However, findings from other studies in humans have not supported the proposed neural substrate of conflict detection and resolution processes. In separate studies, neuropsychological examination of patients with ACC lesions showed that the conflict-induced behavioural modulations were within the normal range (Vendrell et al. 1995; Stuss et al. 2001; Fellows and Farah 2005). These studies questioned the crucial role of ACC in mediating the conflict-induced behavioural adjustment. In addition, the results of some imaging studies indicated that while the participants performed more trials of conflict tasks, the behavioural effect of conflict was sustained while ACC activation gradually disappeared suggesting that ACC activation was not necessarily associated with the behavioural effects of conflict (Milham et al. 2003).
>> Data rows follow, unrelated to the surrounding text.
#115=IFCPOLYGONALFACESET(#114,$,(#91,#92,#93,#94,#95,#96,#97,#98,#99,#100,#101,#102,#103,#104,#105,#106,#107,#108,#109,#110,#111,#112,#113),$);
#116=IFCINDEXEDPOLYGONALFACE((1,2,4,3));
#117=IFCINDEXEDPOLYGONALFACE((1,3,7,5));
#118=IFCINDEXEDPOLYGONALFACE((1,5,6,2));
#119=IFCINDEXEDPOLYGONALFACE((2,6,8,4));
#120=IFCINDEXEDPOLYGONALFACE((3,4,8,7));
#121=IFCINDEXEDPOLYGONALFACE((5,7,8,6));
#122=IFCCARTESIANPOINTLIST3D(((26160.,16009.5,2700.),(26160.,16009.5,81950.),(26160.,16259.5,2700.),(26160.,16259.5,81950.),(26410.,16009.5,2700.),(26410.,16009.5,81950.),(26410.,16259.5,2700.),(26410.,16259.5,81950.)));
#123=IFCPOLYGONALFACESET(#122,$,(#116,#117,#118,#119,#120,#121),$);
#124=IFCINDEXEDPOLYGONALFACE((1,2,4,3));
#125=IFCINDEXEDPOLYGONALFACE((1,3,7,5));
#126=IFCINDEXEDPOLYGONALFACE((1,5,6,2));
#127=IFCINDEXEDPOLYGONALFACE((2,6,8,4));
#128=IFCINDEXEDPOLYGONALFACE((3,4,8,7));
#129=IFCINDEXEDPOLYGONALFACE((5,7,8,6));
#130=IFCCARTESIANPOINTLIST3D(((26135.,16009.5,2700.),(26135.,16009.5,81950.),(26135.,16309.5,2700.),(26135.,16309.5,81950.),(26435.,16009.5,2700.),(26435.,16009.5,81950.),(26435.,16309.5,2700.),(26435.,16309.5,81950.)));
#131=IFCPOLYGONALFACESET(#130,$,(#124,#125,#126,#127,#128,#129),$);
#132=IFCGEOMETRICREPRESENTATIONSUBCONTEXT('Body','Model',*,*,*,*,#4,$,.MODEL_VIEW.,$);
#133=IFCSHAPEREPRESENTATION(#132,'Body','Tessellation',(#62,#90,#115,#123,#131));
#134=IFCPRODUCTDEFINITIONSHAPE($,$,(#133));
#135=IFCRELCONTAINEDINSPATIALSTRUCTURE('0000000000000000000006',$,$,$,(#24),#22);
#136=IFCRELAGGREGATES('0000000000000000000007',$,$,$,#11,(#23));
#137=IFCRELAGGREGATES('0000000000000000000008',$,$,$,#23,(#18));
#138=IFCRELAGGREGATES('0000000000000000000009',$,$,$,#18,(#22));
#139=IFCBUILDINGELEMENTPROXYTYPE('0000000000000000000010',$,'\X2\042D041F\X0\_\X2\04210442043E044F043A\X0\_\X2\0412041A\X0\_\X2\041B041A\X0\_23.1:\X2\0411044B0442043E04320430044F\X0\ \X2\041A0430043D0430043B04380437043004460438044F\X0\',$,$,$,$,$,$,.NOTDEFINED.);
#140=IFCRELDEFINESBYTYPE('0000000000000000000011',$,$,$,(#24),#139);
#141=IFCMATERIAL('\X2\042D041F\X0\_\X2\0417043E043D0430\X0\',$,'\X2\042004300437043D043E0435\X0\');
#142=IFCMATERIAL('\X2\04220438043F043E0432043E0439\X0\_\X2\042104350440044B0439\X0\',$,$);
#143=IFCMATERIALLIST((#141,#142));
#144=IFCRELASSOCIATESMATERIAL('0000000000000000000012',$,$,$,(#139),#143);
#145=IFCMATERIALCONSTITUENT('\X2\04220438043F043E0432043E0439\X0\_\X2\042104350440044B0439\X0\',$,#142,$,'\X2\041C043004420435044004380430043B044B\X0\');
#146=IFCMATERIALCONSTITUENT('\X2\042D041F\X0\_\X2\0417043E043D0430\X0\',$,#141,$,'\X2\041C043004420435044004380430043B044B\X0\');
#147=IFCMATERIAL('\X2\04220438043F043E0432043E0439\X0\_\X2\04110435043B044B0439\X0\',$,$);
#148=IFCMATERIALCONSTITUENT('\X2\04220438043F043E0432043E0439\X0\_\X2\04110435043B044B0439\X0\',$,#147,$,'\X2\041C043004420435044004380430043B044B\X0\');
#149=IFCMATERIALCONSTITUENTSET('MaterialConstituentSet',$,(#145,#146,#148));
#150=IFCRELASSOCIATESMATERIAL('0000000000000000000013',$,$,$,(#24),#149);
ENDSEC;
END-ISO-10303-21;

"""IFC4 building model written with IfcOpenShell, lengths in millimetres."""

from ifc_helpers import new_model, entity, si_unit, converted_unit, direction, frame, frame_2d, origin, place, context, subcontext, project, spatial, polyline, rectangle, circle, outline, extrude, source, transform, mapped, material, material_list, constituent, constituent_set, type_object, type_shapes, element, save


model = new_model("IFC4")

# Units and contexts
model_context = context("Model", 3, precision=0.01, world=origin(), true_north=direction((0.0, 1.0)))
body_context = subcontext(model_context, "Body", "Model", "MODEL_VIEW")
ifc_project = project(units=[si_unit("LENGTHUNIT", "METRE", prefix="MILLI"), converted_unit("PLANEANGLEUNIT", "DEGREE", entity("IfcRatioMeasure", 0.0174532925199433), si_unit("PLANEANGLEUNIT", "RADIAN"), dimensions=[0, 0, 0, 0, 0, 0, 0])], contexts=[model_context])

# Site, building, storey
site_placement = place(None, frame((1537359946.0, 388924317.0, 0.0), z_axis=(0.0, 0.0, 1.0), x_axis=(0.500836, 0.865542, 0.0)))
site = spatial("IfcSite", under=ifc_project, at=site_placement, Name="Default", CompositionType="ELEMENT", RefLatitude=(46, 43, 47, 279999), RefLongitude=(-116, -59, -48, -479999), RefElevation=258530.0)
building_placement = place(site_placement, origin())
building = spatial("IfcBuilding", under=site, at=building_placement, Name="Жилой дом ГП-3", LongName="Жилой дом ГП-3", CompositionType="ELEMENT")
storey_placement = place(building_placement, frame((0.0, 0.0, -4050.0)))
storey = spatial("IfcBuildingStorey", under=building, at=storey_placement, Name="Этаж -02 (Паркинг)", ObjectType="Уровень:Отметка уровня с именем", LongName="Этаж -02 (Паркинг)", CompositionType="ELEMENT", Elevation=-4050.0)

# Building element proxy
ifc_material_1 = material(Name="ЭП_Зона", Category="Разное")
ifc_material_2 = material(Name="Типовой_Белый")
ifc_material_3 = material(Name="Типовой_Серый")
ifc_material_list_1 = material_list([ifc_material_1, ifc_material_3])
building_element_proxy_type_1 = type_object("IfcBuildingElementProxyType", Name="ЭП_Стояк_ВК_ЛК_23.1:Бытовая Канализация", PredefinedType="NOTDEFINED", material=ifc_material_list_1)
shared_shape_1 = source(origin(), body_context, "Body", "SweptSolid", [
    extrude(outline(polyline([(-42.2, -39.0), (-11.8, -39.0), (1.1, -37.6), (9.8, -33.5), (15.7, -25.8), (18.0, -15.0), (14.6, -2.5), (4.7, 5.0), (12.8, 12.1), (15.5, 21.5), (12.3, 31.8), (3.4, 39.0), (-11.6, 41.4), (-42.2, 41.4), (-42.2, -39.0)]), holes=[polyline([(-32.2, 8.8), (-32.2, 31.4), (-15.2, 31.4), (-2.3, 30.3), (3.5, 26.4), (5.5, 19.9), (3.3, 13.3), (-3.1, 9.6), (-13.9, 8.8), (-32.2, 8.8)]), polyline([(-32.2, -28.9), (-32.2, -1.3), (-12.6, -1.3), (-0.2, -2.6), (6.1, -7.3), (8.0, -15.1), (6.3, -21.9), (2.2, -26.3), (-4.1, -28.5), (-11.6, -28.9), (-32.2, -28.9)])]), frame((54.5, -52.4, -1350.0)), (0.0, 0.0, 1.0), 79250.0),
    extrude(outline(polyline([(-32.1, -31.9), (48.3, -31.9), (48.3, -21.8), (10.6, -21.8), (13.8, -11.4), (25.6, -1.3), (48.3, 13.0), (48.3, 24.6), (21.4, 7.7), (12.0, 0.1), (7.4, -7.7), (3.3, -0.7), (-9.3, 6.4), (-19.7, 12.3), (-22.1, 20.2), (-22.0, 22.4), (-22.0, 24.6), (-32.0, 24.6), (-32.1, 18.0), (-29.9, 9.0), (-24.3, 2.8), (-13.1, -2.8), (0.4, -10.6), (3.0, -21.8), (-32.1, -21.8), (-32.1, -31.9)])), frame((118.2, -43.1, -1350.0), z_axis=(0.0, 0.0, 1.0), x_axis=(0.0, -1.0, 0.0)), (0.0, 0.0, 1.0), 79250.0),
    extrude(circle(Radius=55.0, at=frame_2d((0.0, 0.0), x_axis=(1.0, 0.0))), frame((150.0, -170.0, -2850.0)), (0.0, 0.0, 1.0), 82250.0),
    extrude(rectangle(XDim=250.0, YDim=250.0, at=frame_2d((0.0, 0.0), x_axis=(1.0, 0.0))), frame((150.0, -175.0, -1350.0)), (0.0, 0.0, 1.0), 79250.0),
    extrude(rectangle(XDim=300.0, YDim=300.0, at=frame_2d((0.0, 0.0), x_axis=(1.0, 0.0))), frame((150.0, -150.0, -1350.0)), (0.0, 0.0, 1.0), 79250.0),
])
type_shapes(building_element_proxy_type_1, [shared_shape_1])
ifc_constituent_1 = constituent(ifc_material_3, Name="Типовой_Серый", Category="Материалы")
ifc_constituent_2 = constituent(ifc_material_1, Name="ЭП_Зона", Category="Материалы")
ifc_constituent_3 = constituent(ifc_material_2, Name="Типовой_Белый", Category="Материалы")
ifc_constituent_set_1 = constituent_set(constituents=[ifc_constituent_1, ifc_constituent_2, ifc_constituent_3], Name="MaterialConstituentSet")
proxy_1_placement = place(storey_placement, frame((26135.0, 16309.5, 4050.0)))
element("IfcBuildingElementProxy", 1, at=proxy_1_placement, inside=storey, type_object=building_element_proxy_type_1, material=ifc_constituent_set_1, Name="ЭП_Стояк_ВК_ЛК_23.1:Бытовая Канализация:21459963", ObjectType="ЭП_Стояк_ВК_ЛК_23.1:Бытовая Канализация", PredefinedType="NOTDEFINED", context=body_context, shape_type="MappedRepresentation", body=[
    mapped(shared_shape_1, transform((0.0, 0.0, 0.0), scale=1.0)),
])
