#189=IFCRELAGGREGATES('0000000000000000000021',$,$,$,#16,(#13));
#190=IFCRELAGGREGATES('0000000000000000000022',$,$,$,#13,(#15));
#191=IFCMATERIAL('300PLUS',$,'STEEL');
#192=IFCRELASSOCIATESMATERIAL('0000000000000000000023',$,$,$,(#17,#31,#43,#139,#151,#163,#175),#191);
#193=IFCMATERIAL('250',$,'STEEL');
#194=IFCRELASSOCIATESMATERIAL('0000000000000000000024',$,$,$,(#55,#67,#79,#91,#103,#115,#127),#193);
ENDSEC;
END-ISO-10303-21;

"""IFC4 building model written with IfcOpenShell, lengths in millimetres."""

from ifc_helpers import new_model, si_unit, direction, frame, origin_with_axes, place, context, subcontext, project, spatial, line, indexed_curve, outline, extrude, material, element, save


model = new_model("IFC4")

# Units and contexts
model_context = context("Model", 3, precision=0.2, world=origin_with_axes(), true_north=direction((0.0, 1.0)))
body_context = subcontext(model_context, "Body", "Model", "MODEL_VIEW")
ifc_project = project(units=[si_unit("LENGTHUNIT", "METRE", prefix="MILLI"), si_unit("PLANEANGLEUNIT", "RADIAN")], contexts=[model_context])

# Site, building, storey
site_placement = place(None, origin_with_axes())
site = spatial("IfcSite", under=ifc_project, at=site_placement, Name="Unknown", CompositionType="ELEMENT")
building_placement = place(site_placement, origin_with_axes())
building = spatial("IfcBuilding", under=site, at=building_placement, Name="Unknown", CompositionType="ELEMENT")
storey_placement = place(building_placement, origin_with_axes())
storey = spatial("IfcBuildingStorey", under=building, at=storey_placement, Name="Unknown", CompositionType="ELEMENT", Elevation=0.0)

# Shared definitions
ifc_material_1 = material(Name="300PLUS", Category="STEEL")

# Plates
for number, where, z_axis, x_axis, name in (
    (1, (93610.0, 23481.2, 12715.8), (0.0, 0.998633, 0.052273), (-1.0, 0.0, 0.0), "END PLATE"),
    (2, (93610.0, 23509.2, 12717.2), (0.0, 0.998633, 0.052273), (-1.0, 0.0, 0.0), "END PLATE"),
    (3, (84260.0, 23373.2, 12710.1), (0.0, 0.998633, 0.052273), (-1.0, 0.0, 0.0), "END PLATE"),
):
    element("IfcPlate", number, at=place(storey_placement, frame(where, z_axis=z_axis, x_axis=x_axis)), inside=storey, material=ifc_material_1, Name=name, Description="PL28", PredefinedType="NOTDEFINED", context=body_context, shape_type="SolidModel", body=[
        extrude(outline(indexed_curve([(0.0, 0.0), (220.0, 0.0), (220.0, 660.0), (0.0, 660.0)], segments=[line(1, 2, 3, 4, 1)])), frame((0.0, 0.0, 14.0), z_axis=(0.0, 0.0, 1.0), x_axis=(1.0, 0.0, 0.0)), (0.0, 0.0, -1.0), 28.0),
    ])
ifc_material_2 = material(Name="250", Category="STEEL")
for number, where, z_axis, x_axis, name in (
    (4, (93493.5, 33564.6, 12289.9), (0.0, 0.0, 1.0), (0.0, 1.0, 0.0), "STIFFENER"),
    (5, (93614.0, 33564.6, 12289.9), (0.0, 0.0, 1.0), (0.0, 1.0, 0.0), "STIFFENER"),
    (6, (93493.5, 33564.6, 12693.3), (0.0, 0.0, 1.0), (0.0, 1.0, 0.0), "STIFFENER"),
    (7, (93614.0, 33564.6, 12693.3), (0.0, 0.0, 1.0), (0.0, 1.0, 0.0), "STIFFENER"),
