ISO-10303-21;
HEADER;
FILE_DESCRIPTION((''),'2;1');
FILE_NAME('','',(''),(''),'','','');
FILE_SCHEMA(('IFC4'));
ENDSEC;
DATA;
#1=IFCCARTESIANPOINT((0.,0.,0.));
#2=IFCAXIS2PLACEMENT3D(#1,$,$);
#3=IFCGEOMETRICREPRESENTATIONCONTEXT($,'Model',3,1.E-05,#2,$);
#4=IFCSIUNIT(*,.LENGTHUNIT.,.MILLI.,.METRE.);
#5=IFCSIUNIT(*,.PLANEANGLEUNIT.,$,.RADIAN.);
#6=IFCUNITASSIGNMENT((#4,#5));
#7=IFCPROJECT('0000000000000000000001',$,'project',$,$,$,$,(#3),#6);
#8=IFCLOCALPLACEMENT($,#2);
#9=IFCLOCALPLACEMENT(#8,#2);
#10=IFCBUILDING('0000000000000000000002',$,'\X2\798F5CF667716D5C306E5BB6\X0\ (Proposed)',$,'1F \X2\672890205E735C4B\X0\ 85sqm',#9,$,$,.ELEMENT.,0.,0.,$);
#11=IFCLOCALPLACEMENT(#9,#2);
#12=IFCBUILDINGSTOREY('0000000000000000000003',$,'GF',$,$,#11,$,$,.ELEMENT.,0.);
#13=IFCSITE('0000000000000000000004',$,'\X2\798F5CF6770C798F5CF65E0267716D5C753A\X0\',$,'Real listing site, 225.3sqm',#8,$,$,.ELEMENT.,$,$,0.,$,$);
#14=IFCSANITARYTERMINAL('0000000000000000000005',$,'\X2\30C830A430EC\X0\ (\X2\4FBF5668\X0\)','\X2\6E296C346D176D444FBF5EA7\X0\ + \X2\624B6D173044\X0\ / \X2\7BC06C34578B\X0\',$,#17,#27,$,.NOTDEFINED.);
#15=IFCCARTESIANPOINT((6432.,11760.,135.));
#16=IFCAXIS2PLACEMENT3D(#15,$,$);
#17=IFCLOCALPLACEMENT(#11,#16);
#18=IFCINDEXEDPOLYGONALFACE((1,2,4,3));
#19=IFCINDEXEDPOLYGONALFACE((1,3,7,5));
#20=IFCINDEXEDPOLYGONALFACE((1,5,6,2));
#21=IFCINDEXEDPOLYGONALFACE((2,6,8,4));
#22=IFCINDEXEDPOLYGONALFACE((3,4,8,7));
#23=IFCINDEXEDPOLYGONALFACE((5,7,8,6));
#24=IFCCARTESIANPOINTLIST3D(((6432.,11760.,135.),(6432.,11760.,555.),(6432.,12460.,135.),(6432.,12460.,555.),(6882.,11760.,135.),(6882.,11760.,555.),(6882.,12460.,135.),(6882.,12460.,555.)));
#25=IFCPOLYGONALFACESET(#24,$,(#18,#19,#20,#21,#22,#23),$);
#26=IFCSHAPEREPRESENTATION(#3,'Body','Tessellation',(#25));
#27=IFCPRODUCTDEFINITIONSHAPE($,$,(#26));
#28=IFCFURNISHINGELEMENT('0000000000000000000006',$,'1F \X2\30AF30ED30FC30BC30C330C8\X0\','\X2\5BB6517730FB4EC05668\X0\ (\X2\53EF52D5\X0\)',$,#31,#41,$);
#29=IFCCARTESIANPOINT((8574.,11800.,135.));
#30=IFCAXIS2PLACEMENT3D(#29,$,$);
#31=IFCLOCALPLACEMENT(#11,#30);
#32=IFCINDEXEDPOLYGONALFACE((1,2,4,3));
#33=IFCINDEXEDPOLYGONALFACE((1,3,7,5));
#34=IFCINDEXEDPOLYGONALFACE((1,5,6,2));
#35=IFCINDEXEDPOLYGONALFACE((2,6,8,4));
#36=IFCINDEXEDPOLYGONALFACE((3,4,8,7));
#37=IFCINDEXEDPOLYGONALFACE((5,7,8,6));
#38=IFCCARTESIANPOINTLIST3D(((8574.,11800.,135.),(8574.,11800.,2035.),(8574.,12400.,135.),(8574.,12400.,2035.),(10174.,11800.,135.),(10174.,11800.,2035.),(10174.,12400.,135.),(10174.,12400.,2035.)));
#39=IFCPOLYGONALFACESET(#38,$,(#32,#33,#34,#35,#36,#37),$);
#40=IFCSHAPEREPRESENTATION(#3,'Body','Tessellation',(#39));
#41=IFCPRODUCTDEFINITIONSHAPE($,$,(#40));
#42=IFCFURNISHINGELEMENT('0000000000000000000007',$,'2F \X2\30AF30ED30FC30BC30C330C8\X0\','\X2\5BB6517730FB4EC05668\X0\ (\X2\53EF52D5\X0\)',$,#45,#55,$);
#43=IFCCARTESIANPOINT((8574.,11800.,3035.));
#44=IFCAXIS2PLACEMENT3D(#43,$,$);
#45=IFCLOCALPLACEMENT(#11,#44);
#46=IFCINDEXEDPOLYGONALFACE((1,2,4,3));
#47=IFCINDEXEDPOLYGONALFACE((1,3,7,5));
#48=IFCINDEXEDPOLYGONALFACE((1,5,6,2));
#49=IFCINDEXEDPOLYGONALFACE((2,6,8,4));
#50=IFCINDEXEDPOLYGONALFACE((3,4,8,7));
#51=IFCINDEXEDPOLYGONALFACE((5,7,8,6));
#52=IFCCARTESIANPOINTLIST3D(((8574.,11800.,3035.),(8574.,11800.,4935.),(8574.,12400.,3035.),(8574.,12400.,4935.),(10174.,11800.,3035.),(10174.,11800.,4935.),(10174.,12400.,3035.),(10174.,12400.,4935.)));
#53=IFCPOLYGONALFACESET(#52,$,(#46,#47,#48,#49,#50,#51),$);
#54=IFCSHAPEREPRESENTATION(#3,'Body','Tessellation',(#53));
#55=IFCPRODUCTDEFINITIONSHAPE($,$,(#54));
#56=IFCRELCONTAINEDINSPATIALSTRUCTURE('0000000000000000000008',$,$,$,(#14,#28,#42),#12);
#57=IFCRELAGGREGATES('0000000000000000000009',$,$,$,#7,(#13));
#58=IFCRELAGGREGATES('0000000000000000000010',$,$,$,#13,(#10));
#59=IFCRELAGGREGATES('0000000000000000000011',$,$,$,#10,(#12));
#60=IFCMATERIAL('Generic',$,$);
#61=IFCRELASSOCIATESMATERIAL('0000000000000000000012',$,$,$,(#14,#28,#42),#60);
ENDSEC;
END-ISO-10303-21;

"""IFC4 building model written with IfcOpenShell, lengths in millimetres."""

from ifc_helpers import new_model, si_unit, frame, frame_2d, origin, place, context, project, spatial, rectangle, extrude, material, element, save


model = new_model("IFC4")

# Units and contexts
model_context = context("Model", 3, precision=1e-05, world=origin())
ifc_project = project(units=[si_unit("LENGTHUNIT", "METRE", prefix="MILLI"), si_unit("PLANEANGLEUNIT", "RADIAN")], contexts=[model_context])

# Site, building, storey
site_placement = place(None, origin())
site = spatial("IfcSite", under=ifc_project, at=site_placement, Name="福島県福島市東浜町", ObjectType="Real listing site, 225.3sqm", CompositionType="ELEMENT", RefElevation=0.0)
building_placement = place(site_placement, origin())
building = spatial("IfcBuilding", under=site, at=building_placement, Name="福島東浜の家 (Proposed)", ObjectType="1F 木造平屋 85sqm", CompositionType="ELEMENT", ElevationOfRefHeight=0.0, ElevationOfTerrain=0.0)
storey_placement = place(building_placement, origin())
storey = spatial("IfcBuildingStorey", under=building, at=storey_placement, Name="GF", CompositionType="ELEMENT", Elevation=0.0)

# Sanitary terminal
ifc_material_1 = material(Name="Generic")
sanitary_terminal_1_placement = place(storey_placement, frame((6432.0, 11760.0, 135.0)))
element("IfcSanitaryTerminal", 1, at=sanitary_terminal_1_placement, inside=storey, material=ifc_material_1, Name="トイレ (便器)", Description="温水洗浄便座 + 手洗い / 節水型", PredefinedType="NOTDEFINED", context=model_context, shape_type="SweptSolid", body=[
    extrude(rectangle(XDim=450.0, YDim=700.0, at=frame_2d((225.0, 350.0))), frame((6432.0, 11760.0, 135.0)), (0.0, 0.0, 1.0), 420.0),
])

# Furnishing elements
furnishing_1_placement = place(storey_placement, frame((8574.0, 11800.0, 135.0)))
element("IfcFurnishingElement", 2, at=furnishing_1_placement, inside=storey, material=ifc_material_1, Name="1F クローゼット", Description="家具・什器 (可動)", context=model_context, shape_type="SweptSolid", body=[
    extrude(rectangle(XDim=1600.0, YDim=600.0, at=frame_2d((800.0, 300.0))), frame((8574.0, 11800.0, 135.0)), (0.0, 0.0, 1.0), 1900.0),
])
furnishing_2_placement = place(storey_placement, frame((8574.0, 11800.0, 3035.0)))
element("IfcFurnishingElement", 3, at=furnishing_2_placement, inside=storey, material=ifc_material_1, Name="2F クローゼット", Description="家具・什器 (可動)", context=model_context, shape_type="SweptSolid", body=[
    extrude(rectangle(XDim=1600.0, YDim=600.0, at=frame_2d((800.0, 300.0))), frame((8574.0, 11800.0, 3035.0)), (0.0, 0.0, 1.0), 1900.0),
])

save(model, "model.ifc")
Studies in animal models provide the opportunity to implement various detailed neurobiological techniques such as single cell recording to examine the neuronal correlate of behaviour. In addition, lesion-behavioural studies in suitable animal models can reveal whether a particular brain area have an essential role in supporting particular cognitive ability. Whilst the conflict monitoring hypothesis gained support from numerous imaging studies in humans, some single cell recording studies in macaque monkeys could not find neuronal correlate of conflict in ACC (Ito et al. 2003; Nakamura et al. 2005). This discrepancy between findings in humans and monkeys led to intensive debate about the role of ACC in conflict monitoring. Currently, the neural substrate and the underlying mechanisms of conflict-induced behavioural and executive control adjustments still remain unclear. However, recent studies in humans and monkeys are starting to shed more light on the involvement of various brain areas and the underlying neural mechanisms in the conflict processing.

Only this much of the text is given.